Sometimes people leave your life, then they come back. Then they leave again. Then they come back again. This is our team's relationship with Laveranues Coles, now #19. As we know, when he played for the Jets time and again, Coles wore #87. We wore #80 for the Redskins and #11 for the Bengals. David Clowney wears #87 for us now, and numbers 82 and 88 are taken by tight ends this summer. I think Number 80 has been kept special (though not retired) in the wake of Wayne Chrebet, as is #85, (for Wesley Walker). Dustin Keller is #81. Jerricho Cotchery is #89. That still left #84 and #83. Is it an insult to wear a number too close to your old number? I'm not going into why I disapprove of receivers wearing such low numbers. I just do. There's precedent for it, but linemen don't wear any numbers in the 80's anymore, so there's plenty of those ten digits to go around these days on any given squad, even with more tight ends than there were in the old days. A receiver shouldn't wear a quarterback's number. That's not the way God made us.
(NBC lists Coles' 1999 near $400 discount at Dillard's as one of the most bizarre sports scandals of all-time, which is silly. How many of us have received discounts from friends working at a major chain? When I was in grad school I got a $3.23 employee discount on a copy of Richard Bausch's Violence from a guy who worked at Borders back in 1992. Does that make me a criminal?
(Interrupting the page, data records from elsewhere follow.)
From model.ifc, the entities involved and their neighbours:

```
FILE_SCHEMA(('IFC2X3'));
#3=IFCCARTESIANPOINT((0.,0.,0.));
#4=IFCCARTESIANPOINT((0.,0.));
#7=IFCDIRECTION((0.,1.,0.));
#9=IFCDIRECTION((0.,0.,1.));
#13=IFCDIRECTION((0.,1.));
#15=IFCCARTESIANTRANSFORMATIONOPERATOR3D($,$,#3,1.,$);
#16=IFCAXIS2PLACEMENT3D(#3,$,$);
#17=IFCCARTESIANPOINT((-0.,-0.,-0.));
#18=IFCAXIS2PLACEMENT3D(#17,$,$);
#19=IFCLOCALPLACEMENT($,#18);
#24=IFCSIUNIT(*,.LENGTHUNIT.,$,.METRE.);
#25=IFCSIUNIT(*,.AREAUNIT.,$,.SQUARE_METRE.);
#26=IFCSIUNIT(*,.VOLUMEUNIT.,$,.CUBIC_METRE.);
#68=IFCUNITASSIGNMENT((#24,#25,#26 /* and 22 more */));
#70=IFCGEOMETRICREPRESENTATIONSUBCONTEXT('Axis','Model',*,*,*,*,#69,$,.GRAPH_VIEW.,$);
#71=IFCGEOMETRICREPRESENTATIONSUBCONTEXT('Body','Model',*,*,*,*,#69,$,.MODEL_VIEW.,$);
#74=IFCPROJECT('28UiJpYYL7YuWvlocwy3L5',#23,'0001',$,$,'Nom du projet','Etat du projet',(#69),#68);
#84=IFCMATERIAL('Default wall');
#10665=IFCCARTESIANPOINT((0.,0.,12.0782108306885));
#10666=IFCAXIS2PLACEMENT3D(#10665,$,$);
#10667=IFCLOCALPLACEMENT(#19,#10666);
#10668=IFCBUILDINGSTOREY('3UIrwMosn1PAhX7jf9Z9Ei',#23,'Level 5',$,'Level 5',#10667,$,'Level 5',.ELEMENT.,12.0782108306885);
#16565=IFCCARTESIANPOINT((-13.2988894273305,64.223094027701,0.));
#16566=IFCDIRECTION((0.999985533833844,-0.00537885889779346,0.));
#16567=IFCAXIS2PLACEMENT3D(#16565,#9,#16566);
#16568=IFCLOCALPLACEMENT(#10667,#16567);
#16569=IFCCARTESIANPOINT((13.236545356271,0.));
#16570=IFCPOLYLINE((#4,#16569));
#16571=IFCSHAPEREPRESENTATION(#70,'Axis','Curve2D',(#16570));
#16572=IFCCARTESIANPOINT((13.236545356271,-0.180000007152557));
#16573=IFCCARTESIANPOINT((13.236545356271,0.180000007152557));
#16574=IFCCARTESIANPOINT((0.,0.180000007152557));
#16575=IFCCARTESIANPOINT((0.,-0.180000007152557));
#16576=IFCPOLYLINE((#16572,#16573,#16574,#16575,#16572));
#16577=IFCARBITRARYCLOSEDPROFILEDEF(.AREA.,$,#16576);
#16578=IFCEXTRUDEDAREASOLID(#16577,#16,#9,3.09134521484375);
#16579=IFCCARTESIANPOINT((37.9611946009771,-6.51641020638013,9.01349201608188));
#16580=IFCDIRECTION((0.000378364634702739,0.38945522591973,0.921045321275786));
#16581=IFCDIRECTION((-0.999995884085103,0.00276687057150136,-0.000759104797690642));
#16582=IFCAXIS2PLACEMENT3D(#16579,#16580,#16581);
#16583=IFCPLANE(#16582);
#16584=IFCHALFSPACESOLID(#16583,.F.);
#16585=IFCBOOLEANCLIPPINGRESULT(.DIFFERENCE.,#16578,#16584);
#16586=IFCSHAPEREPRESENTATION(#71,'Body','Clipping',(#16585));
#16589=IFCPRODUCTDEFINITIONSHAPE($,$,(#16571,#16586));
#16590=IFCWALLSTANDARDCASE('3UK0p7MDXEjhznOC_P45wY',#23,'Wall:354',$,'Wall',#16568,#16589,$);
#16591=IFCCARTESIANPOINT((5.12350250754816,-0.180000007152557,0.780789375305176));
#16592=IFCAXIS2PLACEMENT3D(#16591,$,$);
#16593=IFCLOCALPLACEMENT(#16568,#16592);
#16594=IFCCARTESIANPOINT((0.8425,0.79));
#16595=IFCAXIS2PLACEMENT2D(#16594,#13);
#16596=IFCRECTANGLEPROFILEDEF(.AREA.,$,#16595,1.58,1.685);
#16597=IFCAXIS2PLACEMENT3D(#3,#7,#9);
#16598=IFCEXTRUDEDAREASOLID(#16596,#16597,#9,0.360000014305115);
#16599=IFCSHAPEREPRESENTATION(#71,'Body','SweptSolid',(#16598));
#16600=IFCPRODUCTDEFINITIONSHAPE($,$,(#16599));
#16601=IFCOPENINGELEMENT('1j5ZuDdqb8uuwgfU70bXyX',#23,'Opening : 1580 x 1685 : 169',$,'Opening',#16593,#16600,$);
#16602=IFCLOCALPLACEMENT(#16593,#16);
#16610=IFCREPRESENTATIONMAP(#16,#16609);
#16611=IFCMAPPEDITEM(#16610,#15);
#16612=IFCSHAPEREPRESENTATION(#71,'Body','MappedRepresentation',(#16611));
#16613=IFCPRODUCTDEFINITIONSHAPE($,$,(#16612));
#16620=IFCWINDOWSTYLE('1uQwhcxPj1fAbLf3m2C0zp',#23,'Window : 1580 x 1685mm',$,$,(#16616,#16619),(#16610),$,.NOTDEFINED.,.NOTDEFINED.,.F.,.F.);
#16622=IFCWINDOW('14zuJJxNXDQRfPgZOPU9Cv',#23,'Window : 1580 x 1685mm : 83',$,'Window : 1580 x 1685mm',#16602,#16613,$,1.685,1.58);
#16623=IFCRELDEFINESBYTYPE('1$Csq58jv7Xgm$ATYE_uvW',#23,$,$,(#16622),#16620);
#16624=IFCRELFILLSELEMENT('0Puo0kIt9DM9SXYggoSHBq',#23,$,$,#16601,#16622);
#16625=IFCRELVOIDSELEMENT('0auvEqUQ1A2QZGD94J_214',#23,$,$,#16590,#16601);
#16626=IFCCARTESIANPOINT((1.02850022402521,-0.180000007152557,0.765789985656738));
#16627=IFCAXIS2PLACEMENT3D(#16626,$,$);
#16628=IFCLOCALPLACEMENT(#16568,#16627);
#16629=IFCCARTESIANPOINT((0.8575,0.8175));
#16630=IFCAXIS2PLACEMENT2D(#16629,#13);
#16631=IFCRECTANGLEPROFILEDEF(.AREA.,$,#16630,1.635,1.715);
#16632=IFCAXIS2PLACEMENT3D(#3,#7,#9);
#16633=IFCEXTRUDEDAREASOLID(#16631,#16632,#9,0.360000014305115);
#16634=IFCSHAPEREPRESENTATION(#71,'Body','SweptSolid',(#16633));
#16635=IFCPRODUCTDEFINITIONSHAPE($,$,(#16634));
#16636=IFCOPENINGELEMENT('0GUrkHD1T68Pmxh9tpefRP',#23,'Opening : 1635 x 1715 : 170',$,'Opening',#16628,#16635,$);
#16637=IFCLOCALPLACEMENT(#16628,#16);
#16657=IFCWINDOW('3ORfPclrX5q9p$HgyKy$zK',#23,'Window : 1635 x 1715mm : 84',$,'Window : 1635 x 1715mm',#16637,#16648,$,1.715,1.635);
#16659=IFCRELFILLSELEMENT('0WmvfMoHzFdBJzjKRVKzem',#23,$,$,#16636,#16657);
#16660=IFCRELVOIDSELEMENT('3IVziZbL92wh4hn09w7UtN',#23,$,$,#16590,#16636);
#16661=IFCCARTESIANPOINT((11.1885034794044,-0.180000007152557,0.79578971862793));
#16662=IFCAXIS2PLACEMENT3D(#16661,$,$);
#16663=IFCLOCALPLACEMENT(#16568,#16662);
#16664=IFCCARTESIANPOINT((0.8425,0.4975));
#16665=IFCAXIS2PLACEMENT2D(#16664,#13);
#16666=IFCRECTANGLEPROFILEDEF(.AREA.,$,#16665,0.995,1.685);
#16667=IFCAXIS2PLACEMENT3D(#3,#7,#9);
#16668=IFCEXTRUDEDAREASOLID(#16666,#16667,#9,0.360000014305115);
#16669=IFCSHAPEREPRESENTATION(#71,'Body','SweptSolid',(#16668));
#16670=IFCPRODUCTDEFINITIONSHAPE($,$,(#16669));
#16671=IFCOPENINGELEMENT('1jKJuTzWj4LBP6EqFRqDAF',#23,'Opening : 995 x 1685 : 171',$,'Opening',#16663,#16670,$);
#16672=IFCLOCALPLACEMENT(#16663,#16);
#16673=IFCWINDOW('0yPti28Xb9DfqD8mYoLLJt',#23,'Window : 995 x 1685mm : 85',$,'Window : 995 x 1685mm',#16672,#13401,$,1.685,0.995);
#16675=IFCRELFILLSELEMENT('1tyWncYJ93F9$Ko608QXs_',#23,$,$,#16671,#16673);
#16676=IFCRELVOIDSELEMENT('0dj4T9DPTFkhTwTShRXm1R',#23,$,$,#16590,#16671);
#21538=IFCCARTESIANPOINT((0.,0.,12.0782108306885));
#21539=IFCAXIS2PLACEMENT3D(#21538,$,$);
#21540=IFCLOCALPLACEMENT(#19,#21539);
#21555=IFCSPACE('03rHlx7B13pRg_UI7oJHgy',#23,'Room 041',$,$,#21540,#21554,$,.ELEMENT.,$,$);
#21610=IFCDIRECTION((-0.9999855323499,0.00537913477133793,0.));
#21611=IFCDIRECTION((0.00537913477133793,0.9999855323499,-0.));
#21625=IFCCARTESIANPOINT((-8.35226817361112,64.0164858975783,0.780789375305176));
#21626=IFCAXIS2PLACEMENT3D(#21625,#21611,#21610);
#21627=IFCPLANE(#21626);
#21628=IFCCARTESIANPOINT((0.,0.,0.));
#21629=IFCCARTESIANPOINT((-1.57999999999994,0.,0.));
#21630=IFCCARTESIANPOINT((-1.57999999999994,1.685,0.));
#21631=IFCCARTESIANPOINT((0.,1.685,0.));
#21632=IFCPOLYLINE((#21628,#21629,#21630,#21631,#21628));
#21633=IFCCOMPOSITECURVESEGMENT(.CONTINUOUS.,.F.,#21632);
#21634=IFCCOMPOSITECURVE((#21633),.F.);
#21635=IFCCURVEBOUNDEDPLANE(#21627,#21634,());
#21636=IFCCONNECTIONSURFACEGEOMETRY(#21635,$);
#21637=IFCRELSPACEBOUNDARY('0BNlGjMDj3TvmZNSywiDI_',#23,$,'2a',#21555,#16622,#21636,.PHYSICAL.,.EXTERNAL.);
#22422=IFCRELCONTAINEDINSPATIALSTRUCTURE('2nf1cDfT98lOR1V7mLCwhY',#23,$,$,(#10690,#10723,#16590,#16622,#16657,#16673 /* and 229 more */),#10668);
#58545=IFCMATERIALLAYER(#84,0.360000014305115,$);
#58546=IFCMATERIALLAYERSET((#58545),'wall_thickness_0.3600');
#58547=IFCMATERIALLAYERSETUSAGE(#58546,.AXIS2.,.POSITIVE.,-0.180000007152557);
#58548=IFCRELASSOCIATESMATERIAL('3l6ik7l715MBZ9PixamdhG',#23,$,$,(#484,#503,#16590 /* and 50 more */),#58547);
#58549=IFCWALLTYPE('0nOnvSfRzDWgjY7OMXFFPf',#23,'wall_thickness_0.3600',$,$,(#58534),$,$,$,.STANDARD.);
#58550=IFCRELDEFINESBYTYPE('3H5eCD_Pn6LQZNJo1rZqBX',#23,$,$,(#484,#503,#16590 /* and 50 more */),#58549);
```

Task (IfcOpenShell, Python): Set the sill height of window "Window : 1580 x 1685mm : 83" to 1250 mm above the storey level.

```python
import numpy as np
import ifcopenshell
import ifcopenshell.api.geometry
import ifcopenshell.geom
import ifcopenshell.util.element
import ifcopenshell.util.placement
import ifcopenshell.util.shape
import ifcopenshell.util.unit

model = ifcopenshell.open("model.ifc")
unit_scale = ifcopenshell.util.unit.calculate_unit_scale(model)

window = model.by_guid("14zuJJxNXDQRfPgZOPU9Cv")
opening = window.FillsVoids[0].RelatingOpeningElement
storey = ifcopenshell.util.element.get_container(window, ifc_class="IfcBuildingStorey")
level = ifcopenshell.util.placement.get_local_placement(storey.ObjectPlacement)[2, 3]

# The opening's origin need not be at the sill, so measure its lowest point.
shape = ifcopenshell.geom.create_shape(ifcopenshell.geom.settings(), opening)
bottom = ifcopenshell.util.shape.get_shape_bottom_elevation(shape, shape.geometry) / unit_scale
dz = level + 1.25 / unit_scale - bottom

shift = np.array([0.0, 0.0, dz])
# The window is placed relative to its opening, so it follows when the opening moves.
matrix = ifcopenshell.util.placement.get_local_placement(opening.ObjectPlacement)
matrix[:3, 3] += shift
ifcopenshell.api.geometry.edit_object_placement(
    model, product=opening, matrix=matrix, is_si=False, should_transform_children=True
)

# Space boundary surfaces are stored in each space's coordinates; move them too.
for rel in window.ProvidesBoundaries:
    if not rel.ConnectionGeometry:
        continue
    surface = rel.ConnectionGeometry.SurfaceOnRelatingElement.BasisSurface
    space_matrix = ifcopenshell.util.placement.get_local_placement(rel.RelatingSpace.ObjectPlacement)
    point = np.array(surface.Position.Location.Coordinates) + space_matrix[:3, :3].T @ shift
    surface.Position = model.createIfcAxis2Placement3D(
        model.createIfcCartesianPoint(point.tolist()), surface.Position.Axis, surface.Position.RefDirection
    )

print(f"moved by {dz * unit_scale:+.3f} m")

model.write("model_v2.ifc")
```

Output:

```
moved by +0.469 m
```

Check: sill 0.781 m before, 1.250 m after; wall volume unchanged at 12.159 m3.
Likewise who can blame Coles for stealing? College students and graduate students do their work for nothing, after all)
Coles' receiving numbers are a little bit better than most receivers. Compare him to - or confuse him with - Santana Moss who was drafted by the Jets out of the University of Miami a year after Coles (and who mocked him with a Dillard's bag, no doubt) and for whom he was once traded back to the Jets later on; we see that Coles' numbers are statistically better. Would it therefore have been an insult to wear #83, the number of a player for whom you were once traded by very same team that signed you on again, and then again?
It's actually nice to have Coles back one more time. He felt loyal to Chad Pennington in 2008 when people like me were willing to let him go in favor of Brett Favre. He never really seemed to buy Favre's act, and now it's fashionable for everyone to turn their nose up at Brett. He also sang with Elmo, which my wife loves. When sports figures really aren't supposed to admit any level of vulnerability, he also had the courage to open up about being a victim of childhood sexual abuse: it is what it is, he seemed to say, in hopes of helping others to come to terms with accepting what it is, too.
His second reappearance with us signals the twilight of his career, which I suppose explains why he wears a number that's, well, just available. He admitted that this is the end for him and that he will probably be gone as soon as Santonio Holmes is ready to play again. When you have to give up your old number to David Clowney, you know you are very near done. Other than giving up his old number, he is willing to accept what it is and that what will be, will be. Is est quis est quod quis ero, ero.
2 comments:
Hey Martin, I think Coles actually wore #80 in Washington.
Hey Anonymous, thanks. It has been corrected. Sorry about that. I'm a bit rusty of late.